:: Extracted records

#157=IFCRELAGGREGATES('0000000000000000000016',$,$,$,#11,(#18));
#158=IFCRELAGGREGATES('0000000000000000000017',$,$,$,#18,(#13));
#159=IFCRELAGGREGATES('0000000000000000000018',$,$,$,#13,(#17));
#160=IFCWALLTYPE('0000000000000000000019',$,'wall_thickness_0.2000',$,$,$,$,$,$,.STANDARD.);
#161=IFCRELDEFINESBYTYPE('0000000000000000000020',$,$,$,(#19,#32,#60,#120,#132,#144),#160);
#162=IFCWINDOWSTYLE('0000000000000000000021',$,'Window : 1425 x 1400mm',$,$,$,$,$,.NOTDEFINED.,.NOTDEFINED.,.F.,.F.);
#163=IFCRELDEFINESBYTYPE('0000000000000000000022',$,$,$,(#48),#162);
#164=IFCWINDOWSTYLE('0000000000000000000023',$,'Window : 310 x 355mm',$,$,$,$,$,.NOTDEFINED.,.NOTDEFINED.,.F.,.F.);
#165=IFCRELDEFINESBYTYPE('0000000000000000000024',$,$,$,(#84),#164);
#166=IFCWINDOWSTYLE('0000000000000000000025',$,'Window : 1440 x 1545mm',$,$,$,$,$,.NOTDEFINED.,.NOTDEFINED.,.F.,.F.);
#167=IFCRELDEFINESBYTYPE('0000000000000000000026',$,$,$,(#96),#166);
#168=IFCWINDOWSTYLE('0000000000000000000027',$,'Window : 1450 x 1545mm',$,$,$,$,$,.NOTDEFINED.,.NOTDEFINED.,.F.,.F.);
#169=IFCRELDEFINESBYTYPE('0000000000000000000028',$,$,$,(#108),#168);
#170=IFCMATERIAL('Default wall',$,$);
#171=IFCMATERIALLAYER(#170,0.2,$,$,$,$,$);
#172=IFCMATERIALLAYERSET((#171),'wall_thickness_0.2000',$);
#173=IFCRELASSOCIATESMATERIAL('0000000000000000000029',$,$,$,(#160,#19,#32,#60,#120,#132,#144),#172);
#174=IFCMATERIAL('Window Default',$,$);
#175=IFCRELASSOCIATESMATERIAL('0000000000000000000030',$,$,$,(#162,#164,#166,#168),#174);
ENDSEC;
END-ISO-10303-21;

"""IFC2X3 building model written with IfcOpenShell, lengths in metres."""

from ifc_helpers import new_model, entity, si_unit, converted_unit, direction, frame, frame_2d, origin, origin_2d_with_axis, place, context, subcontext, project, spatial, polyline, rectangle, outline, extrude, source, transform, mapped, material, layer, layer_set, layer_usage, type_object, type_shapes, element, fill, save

::::

• Problem requirements:
Could you return exactly the stretch of the data above that starts at the line with "#172=IFCMATERIALLAYERSET((#171),'wall_thickness_0.2000',$);" and ends at the line with "building model written", both lines included?

• Exercise result:
#172=IFCMATERIALLAYERSET((#171),'wall_thickness_0.2000',$);
#173=IFCRELASSOCIATESMATERIAL('0000000000000000000029',$,$,$,(#160,#19,#32,#60,#120,#132,#144),#172);
#174=IFCMATERIAL('Window Default',$,$);
#175=IFCRELASSOCIATESMATERIAL('0000000000000000000030',$,$,$,(#162,#164,#166,#168),#174);
ENDSEC;
END-ISO-10303-21;

"""IFC2X3 building model written with IfcOpenShell, lengths in metres."""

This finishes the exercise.